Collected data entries

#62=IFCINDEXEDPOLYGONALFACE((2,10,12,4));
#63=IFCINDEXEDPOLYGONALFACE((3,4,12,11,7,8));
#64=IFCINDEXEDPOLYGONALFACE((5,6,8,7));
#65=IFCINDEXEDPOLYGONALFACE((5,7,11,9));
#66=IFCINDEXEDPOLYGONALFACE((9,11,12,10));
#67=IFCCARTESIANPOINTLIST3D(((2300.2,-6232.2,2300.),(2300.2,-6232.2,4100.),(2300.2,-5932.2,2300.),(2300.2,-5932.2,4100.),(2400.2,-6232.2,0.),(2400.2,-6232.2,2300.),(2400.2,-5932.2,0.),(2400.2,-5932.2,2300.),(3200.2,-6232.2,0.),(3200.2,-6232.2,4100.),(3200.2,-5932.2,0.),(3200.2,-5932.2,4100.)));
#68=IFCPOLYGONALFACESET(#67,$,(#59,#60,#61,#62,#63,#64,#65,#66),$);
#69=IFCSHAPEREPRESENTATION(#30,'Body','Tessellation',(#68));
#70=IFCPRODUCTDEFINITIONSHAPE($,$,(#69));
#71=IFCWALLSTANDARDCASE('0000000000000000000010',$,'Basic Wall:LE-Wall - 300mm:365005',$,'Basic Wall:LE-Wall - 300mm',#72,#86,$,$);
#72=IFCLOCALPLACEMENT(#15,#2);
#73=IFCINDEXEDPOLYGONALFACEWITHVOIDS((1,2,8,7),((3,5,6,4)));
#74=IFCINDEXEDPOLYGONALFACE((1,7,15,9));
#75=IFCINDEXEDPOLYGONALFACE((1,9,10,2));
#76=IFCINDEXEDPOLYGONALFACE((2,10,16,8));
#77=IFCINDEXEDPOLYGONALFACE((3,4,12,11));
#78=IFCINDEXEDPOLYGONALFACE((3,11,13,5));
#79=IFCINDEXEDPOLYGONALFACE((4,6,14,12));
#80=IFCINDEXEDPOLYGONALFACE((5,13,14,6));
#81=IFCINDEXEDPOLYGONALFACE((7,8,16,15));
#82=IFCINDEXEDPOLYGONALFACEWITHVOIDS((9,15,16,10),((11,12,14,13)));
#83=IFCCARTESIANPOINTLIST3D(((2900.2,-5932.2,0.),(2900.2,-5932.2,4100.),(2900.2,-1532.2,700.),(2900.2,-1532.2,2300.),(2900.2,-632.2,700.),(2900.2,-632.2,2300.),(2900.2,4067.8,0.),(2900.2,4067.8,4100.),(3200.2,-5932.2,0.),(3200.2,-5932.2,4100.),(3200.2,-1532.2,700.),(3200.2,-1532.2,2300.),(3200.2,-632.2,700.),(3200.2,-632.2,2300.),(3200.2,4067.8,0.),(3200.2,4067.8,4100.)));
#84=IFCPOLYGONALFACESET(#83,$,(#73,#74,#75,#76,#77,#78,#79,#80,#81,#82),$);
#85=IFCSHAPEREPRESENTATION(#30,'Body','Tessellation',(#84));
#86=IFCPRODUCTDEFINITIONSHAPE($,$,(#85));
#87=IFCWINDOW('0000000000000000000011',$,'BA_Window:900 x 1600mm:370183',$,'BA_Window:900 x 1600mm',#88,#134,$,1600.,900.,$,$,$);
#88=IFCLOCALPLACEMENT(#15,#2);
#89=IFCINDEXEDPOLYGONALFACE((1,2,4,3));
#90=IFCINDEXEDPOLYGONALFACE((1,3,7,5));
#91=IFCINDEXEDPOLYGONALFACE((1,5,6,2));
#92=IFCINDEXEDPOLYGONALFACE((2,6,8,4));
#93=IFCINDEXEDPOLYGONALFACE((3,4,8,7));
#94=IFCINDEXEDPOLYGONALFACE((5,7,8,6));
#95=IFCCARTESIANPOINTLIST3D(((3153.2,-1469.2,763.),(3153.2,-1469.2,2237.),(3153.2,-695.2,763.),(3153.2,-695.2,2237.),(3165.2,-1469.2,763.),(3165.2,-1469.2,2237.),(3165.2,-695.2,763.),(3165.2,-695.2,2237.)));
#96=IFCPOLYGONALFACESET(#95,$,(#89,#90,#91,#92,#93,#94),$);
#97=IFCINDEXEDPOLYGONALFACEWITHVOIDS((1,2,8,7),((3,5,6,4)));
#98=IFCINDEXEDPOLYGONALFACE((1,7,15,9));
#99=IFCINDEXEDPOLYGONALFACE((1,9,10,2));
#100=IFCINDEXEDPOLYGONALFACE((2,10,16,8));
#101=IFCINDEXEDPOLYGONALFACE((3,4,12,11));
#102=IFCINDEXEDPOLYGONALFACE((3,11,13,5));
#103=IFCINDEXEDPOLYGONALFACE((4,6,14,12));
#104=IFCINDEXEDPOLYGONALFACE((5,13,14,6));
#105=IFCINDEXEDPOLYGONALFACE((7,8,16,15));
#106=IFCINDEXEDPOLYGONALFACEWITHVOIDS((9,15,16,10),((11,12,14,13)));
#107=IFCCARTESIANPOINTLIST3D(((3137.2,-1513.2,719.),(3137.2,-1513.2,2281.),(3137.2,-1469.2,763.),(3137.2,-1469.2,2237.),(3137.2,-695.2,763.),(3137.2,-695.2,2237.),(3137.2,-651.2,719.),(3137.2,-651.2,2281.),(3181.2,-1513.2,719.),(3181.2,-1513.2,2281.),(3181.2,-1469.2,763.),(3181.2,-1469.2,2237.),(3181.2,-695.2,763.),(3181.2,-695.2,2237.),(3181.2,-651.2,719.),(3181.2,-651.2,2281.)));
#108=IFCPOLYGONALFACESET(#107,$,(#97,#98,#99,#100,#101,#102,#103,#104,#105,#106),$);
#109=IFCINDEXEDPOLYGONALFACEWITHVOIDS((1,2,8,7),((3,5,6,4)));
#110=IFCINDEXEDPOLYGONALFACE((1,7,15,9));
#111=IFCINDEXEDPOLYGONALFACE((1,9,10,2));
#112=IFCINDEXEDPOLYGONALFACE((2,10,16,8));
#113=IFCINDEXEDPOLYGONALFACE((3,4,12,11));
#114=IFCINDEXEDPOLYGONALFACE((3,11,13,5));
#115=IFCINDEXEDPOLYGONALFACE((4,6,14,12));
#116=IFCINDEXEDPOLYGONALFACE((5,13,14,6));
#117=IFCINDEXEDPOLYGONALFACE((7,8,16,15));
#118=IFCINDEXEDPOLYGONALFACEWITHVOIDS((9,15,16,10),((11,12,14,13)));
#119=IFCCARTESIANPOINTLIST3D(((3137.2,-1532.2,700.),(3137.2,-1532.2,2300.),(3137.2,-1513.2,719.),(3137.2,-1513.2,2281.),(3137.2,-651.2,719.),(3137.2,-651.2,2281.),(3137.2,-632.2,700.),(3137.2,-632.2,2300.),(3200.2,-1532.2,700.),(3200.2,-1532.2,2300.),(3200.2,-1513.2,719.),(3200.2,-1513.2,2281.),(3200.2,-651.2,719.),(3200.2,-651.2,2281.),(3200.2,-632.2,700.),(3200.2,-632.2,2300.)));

● **Task to carry out**: Could you print all of the entries again exactly as they stand?

● **Answer space**:
#62=IFCINDEXEDPOLYGONALFACE((2,10,12,4));
#63=IFCINDEXEDPOLYGONALFACE((3,4,12,11,7,8));
#64=IFCINDEXEDPOLYGONALFACE((5,6,8,7));
#65=IFCINDEXEDPOLYGONALFACE((5,7,11,9));
#66=IFCINDEXEDPOLYGONALFACE((9,11,12,10));
#67=IFCCARTESIANPOINTLIST3D(((2300.2,-6232.2,2300.),(2300.2,-6232.2,4100.),(2300.2,-5932.2,2300.),(2300.2,-5932.2,4100.),(2400.2,-6232.2,0.),(2400.2,-6232.2,2300.),(2400.2,-5932.2,0.),(2400.2,-5932.2,2300.),(3200.2,-6232.2,0.),(3200.2,-6232.2,4100.),(3200.2,-5932.2,0.),(3200.2,-5932.2,4100.)));
#68=IFCPOLYGONALFACESET(#67,$,(#59,#60,#61,#62,#63,#64,#65,#66),$);
#69=IFCSHAPEREPRESENTATION(#30,'Body','Tessellation',(#68));
#70=IFCPRODUCTDEFINITIONSHAPE($,$,(#69));
#71=IFCWALLSTANDARDCASE('0000000000000000000010',$,'Basic Wall:LE-Wall - 300mm:365005',$,'Basic Wall:LE-Wall - 300mm',#72,#86,$,$);
#72=IFCLOCALPLACEMENT(#15,#2);
#73=IFCINDEXEDPOLYGONALFACEWITHVOIDS((1,2,8,7),((3,5,6,4)));
#74=IFCINDEXEDPOLYGONALFACE((1,7,15,9));
#75=IFCINDEXEDPOLYGONALFACE((1,9,10,2));
#76=IFCINDEXEDPOLYGONALFACE((2,10,16,8));
#77=IFCINDEXEDPOLYGONALFACE((3,4,12,11));
#78=IFCINDEXEDPOLYGONALFACE((3,11,13,5));
#79=IFCINDEXEDPOLYGONALFACE((4,6,14,12));
#80=IFCINDEXEDPOLYGONALFACE((5,13,14,6));
#81=IFCINDEXEDPOLYGONALFACE((7,8,16,15));
#82=IFCINDEXEDPOLYGONALFACEWITHVOIDS((9,15,16,10),((11,12,14,13)));
#83=IFCCARTESIANPOINTLIST3D(((2900.2,-5932.2,0.),(2900.2,-5932.2,4100.),(2900.2,-1532.2,700.),(2900.2,-1532.2,2300.),(2900.2,-632.2,700.),(2900.2,-632.2,2300.),(2900.2,4067.8,0.),(2900.2,4067.8,4100.),(3200.2,-5932.2,0.),(3200.2,-5932.2,4100.),(3200.2,-1532.2,700.),(3200.2,-1532.2,2300.),(3200.2,-632.2,700.),(3200.2,-632.2,2300.),(3200.2,4067.8,0.),(3200.2,4067.8,4100.)));
#84=IFCPOLYGONALFACESET(#83,$,(#73,#74,#75,#76,#77,#78,#79,#80,#81,#82),$);
#85=IFCSHAPEREPRESENTATION(#30,'Body','Tessellation',(#84));
#86=IFCPRODUCTDEFINITIONSHAPE($,$,(#85));
#87=IFCWINDOW('0000000000000000000011',$,'BA_Window:900 x 1600mm:370183',$,'BA_Window:900 x 1600mm',#88,#134,$,1600.,900.,$,$,$);
#88=IFCLOCALPLACEMENT(#15,#2);
#89=IFCINDEXEDPOLYGONALFACE((1,2,4,3));
#90=IFCINDEXEDPOLYGONALFACE((1,3,7,5));
#91=IFCINDEXEDPOLYGONALFACE((1,5,6,2));
#92=IFCINDEXEDPOLYGONALFACE((2,6,8,4));
#93=IFCINDEXEDPOLYGONALFACE((3,4,8,7));
#94=IFCINDEXEDPOLYGONALFACE((5,7,8,6));
#95=IFCCARTESIANPOINTLIST3D(((3153.2,-1469.2,763.),(3153.2,-1469.2,2237.),(3153.2,-695.2,763.),(3153.2,-695.2,2237.),(3165.2,-1469.2,763.),(3165.2,-1469.2,2237.),(3165.2,-695.2,763.),(3165.2,-695.2,2237.)));
#96=IFCPOLYGONALFACESET(#95,$,(#89,#90,#91,#92,#93,#94),$);
#97=IFCINDEXEDPOLYGONALFACEWITHVOIDS((1,2,8,7),((3,5,6,4)));
#98=IFCINDEXEDPOLYGONALFACE((1,7,15,9));
#99=IFCINDEXEDPOLYGONALFACE((1,9,10,2));
#100=IFCINDEXEDPOLYGONALFACE((2,10,16,8));
#101=IFCINDEXEDPOLYGONALFACE((3,4,12,11));
#102=IFCINDEXEDPOLYGONALFACE((3,11,13,5));
#103=IFCINDEXEDPOLYGONALFACE((4,6,14,12));
#104=IFCINDEXEDPOLYGONALFACE((5,13,14,6));
#105=IFCINDEXEDPOLYGONALFACE((7,8,16,15));
#106=IFCINDEXEDPOLYGONALFACEWITHVOIDS((9,15,16,10),((11,12,14,13)));
#107=IFCCARTESIANPOINTLIST3D(((3137.2,-1513.2,719.),(3137.2,-1513.2,2281.),(3137.2,-1469.2,763.),(3137.2,-1469.2,2237.),(3137.2,-695.2,763.),(3137.2,-695.2,2237.),(3137.2,-651.2,719.),(3137.2,-651.2,2281.),(3181.2,-1513.2,719.),(3181.2,-1513.2,2281.),(3181.2,-1469.2,763.),(3181.2,-1469.2,2237.),(3181.2,-695.2,763.),(3181.2,-695.2,2237.),(3181.2,-651.2,719.),(3181.2,-651.2,2281.)));
#108=IFCPOLYGONALFACESET(#107,$,(#97,#98,#99,#100,#101,#102,#103,#104,#105,#106),$);
#109=IFCINDEXEDPOLYGONALFACEWITHVOIDS((1,2,8,7),((3,5,6,4)));
#110=IFCINDEXEDPOLYGONALFACE((1,7,15,9));
#111=IFCINDEXEDPOLYGONALFACE((1,9,10,2));
#112=IFCINDEXEDPOLYGONALFACE((2,10,16,8));
#113=IFCINDEXEDPOLYGONALFACE((3,4,12,11));
#114=IFCINDEXEDPOLYGONALFACE((3,11,13,5));
#115=IFCINDEXEDPOLYGONALFACE((4,6,14,12));
#116=IFCINDEXEDPOLYGONALFACE((5,13,14,6));
#117=IFCINDEXEDPOLYGONALFACE((7,8,16,15));
#118=IFCINDEXEDPOLYGONALFACEWITHVOIDS((9,15,16,10),((11,12,14,13)));
#119=IFCCARTESIANPOINTLIST3D(((3137.2,-1532.2,700.),(3137.2,-1532.2,2300.),(3137.2,-1513.2,719.),(3137.2,-1513.2,2281.),(3137.2,-651.2,719.),(3137.2,-651.2,2281.),(3137.2,-632.2,700.),(3137.2,-632.2,2300.),(3200.2,-1532.2,700.),(3200.2,-1532.2,2300.),(3200.2,-1513.2,719.),(3200.2,-1513.2,2281.),(3200.2,-651.2,719.),(3200.2,-651.2,2281.),(3200.2,-632.2,700.),(3200.2,-632.2,2300.)));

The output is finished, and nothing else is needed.